• Supplied records
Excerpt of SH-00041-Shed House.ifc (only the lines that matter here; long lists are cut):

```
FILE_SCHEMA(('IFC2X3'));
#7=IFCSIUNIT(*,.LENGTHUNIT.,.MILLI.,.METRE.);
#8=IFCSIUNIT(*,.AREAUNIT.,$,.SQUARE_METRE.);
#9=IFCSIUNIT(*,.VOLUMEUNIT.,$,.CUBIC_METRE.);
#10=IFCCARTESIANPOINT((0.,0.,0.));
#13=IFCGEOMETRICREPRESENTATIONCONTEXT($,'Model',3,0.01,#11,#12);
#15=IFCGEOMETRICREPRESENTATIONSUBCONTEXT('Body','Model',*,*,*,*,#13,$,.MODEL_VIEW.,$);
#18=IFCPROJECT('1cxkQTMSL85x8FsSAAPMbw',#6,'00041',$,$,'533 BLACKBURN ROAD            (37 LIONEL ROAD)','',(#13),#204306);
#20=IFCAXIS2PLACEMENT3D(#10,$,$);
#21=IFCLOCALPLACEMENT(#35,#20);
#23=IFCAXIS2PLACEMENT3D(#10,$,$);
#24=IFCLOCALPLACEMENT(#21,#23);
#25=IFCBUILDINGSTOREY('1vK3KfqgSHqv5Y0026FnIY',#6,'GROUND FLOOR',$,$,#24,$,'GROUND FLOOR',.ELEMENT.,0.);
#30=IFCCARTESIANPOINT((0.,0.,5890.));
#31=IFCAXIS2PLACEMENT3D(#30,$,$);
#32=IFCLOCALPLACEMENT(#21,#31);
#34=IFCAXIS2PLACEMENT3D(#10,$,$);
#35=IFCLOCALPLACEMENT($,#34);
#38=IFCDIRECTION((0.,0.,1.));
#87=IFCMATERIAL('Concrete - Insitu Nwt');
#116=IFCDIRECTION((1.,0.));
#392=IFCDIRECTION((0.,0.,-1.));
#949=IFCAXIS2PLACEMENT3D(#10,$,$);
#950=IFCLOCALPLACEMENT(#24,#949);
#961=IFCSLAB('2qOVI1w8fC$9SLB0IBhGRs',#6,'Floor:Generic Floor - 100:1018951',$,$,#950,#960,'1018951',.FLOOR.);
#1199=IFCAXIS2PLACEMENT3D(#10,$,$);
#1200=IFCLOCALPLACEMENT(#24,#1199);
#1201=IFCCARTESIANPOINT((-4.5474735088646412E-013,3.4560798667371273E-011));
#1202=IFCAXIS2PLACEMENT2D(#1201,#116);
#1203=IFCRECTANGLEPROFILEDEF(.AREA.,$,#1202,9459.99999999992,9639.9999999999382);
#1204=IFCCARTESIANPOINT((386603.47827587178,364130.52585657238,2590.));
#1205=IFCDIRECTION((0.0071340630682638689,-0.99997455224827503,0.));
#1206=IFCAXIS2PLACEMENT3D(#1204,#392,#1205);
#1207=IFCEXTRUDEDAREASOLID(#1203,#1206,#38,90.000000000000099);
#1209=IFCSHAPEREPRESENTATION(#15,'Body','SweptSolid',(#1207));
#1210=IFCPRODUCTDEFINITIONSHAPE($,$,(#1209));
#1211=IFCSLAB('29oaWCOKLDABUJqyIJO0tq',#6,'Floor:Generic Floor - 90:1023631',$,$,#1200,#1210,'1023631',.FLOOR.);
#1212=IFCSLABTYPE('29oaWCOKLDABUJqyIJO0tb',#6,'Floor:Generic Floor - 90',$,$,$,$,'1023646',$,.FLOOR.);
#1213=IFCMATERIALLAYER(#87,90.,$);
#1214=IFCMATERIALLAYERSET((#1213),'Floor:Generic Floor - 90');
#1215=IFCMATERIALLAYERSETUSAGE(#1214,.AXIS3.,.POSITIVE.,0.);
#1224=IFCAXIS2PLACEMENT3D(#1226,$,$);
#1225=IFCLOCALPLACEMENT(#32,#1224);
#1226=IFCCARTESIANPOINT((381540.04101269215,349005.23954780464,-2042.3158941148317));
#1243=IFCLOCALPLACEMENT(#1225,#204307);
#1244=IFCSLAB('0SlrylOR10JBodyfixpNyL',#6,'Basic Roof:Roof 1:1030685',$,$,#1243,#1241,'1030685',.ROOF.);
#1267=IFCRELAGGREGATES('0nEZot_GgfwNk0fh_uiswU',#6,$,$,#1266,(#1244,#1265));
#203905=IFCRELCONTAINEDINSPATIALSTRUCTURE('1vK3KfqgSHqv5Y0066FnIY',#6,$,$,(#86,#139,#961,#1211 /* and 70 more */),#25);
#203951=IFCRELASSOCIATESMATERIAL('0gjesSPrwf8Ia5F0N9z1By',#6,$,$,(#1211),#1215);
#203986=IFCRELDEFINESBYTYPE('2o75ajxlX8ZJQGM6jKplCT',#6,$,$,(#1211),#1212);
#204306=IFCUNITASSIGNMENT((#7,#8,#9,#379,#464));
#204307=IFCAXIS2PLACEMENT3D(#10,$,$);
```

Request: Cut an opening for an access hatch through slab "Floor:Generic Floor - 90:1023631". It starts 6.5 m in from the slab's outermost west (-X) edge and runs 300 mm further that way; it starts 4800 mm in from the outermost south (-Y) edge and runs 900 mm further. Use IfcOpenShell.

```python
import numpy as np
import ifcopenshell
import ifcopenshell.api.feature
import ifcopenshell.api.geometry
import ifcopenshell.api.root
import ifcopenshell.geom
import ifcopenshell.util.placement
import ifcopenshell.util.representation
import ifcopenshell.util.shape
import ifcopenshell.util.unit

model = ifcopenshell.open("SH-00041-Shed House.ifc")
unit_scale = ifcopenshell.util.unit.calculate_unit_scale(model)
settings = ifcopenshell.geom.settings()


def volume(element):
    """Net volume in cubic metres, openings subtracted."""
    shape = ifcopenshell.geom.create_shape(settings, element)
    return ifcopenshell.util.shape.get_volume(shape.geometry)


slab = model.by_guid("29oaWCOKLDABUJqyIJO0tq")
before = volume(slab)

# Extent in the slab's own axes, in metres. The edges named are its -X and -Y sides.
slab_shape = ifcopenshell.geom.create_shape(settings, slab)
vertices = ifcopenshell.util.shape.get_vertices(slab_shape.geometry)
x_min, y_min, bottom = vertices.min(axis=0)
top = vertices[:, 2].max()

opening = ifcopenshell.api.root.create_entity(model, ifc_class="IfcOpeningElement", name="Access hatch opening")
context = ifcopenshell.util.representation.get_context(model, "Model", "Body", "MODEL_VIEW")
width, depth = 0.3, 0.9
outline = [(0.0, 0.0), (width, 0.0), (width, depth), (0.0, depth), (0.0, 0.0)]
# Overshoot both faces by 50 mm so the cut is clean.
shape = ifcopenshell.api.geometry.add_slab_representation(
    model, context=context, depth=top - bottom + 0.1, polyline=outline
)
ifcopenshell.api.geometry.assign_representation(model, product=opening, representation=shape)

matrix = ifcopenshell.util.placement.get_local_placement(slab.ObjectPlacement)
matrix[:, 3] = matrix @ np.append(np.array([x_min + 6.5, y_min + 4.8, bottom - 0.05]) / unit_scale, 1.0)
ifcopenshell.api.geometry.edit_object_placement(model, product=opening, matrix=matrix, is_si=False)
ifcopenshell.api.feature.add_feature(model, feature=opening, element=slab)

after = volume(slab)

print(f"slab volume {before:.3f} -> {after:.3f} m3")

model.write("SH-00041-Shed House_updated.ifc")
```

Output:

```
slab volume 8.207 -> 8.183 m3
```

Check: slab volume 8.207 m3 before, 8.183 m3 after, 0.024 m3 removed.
---
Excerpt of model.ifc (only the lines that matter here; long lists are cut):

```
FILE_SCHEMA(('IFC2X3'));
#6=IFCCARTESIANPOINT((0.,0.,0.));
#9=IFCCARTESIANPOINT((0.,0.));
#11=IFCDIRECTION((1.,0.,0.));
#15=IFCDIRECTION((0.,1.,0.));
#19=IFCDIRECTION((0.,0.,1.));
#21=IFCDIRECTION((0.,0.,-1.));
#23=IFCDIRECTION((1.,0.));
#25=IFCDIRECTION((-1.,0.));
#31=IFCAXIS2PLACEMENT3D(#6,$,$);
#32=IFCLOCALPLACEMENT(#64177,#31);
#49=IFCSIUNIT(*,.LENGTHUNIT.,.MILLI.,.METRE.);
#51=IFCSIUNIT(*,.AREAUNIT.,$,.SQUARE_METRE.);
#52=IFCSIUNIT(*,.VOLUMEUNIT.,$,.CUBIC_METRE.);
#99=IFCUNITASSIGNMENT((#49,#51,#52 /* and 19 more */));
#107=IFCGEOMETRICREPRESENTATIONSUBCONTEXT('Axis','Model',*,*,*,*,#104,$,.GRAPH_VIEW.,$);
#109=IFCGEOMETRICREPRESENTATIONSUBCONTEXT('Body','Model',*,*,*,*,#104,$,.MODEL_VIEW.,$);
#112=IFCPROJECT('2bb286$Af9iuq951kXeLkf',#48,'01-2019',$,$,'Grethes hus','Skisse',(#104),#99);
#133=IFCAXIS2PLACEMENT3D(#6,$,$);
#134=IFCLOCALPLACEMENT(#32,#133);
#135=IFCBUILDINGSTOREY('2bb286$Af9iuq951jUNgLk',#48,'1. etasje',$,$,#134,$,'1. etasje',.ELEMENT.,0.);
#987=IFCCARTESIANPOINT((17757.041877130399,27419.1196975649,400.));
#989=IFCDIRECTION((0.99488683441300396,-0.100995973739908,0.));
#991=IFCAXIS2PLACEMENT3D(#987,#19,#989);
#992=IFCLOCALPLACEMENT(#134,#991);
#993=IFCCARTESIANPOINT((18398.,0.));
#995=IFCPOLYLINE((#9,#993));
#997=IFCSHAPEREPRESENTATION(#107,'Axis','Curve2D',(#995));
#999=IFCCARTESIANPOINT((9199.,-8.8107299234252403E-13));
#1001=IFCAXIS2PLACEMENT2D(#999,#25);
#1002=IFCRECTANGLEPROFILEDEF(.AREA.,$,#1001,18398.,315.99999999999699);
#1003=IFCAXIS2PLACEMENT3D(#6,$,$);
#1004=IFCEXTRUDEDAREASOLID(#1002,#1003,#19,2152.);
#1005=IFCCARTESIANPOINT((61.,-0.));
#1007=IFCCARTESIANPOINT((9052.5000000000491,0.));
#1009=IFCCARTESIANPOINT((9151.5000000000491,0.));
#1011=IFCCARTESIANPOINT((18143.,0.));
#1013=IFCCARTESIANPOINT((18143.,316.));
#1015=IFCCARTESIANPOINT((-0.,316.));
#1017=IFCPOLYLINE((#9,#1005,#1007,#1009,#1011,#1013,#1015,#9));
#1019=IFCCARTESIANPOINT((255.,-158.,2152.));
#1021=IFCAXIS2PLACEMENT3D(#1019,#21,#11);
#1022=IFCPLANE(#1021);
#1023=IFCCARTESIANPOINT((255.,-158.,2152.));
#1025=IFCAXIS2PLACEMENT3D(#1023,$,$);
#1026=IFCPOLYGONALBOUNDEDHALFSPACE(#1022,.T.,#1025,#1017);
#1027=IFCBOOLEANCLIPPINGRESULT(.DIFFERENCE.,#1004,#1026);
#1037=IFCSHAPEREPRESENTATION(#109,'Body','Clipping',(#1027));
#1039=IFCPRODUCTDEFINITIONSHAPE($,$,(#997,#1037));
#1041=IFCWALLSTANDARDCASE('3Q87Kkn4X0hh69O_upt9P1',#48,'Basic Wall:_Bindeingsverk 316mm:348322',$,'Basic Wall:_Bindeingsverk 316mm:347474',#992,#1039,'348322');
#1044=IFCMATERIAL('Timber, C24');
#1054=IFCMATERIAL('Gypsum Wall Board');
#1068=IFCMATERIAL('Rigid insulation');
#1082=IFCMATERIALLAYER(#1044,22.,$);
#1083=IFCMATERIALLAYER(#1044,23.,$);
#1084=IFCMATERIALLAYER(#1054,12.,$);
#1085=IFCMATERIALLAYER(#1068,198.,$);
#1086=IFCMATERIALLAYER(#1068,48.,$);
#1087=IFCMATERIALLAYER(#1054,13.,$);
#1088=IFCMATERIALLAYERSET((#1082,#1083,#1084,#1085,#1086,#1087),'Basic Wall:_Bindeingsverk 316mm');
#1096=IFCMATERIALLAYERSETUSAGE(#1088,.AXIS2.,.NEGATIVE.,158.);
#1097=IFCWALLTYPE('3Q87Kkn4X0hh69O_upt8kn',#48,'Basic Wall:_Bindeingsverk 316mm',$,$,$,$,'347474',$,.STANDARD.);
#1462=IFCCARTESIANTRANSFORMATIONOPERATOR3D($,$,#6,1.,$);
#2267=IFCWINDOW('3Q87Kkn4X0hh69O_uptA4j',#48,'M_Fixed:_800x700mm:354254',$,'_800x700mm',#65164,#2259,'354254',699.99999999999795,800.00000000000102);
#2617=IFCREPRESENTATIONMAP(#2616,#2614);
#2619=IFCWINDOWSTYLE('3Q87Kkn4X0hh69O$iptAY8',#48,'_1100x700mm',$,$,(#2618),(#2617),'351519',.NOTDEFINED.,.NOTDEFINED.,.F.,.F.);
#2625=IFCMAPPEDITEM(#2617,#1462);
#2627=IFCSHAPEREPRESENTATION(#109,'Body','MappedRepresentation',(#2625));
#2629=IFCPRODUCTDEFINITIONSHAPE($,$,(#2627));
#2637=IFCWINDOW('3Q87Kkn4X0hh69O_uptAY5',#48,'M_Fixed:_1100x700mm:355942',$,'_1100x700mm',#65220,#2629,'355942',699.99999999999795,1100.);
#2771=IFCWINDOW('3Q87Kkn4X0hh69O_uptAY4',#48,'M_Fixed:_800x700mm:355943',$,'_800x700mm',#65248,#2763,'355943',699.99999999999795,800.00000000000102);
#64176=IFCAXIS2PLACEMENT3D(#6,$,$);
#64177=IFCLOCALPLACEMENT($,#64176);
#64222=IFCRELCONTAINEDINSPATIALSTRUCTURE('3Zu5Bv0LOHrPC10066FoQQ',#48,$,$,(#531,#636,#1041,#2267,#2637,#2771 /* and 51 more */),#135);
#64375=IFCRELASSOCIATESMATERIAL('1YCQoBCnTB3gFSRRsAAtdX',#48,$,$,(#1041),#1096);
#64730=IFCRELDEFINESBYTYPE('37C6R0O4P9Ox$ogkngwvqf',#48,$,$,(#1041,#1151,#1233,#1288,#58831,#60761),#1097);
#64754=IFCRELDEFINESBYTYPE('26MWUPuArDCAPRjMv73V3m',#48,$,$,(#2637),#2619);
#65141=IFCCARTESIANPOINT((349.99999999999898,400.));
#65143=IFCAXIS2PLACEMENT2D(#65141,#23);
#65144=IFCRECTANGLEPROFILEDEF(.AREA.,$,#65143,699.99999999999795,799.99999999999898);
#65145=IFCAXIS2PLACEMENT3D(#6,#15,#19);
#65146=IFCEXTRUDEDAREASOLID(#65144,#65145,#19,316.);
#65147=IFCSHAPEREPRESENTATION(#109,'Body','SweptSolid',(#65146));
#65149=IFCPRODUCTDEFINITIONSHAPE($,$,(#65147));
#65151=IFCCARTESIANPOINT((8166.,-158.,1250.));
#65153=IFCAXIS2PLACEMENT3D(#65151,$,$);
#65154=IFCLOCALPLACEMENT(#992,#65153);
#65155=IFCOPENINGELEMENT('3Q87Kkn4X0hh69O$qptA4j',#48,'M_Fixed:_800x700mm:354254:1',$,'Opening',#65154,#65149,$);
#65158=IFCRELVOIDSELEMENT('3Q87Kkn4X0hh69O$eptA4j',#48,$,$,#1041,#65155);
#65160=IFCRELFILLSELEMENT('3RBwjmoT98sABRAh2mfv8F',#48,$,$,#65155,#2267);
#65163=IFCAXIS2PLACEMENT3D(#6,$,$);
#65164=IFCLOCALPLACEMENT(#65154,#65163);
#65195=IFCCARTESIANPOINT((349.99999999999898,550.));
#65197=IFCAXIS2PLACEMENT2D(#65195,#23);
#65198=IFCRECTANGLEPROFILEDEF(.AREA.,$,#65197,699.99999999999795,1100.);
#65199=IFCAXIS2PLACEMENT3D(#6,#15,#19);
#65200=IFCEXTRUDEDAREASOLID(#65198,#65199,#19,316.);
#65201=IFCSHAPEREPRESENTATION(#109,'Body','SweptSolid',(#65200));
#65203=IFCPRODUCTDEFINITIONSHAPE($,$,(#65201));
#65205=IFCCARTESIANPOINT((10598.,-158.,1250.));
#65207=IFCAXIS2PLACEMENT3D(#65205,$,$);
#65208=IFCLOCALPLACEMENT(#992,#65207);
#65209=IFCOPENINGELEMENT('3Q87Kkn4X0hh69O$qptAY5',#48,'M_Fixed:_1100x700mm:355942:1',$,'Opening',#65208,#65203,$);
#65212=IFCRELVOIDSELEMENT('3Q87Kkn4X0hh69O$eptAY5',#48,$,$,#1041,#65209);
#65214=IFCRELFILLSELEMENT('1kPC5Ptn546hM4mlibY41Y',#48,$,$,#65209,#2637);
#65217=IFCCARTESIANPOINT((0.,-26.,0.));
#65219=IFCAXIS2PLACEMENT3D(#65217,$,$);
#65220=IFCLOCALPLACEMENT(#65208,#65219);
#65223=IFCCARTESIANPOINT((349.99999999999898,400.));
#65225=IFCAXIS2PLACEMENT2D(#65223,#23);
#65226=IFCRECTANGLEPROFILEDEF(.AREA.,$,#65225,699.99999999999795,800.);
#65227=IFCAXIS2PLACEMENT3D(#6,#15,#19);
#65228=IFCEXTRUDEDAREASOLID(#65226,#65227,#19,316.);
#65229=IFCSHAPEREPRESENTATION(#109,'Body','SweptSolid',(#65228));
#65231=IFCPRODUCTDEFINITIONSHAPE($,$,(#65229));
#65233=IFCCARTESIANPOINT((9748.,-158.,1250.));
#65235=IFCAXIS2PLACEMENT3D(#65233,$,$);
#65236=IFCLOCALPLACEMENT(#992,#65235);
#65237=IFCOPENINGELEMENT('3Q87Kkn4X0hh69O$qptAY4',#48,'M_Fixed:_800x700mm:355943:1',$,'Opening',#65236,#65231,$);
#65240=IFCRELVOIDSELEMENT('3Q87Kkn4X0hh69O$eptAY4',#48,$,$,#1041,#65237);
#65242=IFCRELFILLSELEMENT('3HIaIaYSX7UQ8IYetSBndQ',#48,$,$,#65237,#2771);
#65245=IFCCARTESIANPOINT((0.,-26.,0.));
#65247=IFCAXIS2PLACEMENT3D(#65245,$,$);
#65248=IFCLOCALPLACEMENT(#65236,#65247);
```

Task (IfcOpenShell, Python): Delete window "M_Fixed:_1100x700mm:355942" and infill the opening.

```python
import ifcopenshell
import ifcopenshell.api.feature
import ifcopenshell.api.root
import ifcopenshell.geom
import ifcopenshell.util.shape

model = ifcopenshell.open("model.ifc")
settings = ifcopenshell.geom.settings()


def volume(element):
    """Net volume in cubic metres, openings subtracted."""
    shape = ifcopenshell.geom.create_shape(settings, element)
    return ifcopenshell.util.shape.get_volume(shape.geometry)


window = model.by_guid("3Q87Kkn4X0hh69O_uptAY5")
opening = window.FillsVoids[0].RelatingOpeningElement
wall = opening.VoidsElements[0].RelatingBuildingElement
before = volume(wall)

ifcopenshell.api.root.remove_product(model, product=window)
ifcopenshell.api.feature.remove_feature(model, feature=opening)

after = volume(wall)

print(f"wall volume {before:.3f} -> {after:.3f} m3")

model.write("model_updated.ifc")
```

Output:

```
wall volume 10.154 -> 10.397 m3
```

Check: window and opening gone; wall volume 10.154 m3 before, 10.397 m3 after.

• Your instructions
Go through the data above and find the lines with the word "IFCSIUNIT". Copy each of those lines.

• The completed task
#7=IFCSIUNIT(*,.LENGTHUNIT.,.MILLI.,.METRE.);
#8=IFCSIUNIT(*,.AREAUNIT.,$,.SQUARE_METRE.);
#9=IFCSIUNIT(*,.VOLUMEUNIT.,$,.CUBIC_METRE.);
#49=IFCSIUNIT(*,.LENGTHUNIT.,.MILLI.,.METRE.);
#51=IFCSIUNIT(*,.AREAUNIT.,$,.SQUARE_METRE.);
#52=IFCSIUNIT(*,.VOLUMEUNIT.,$,.CUBIC_METRE.);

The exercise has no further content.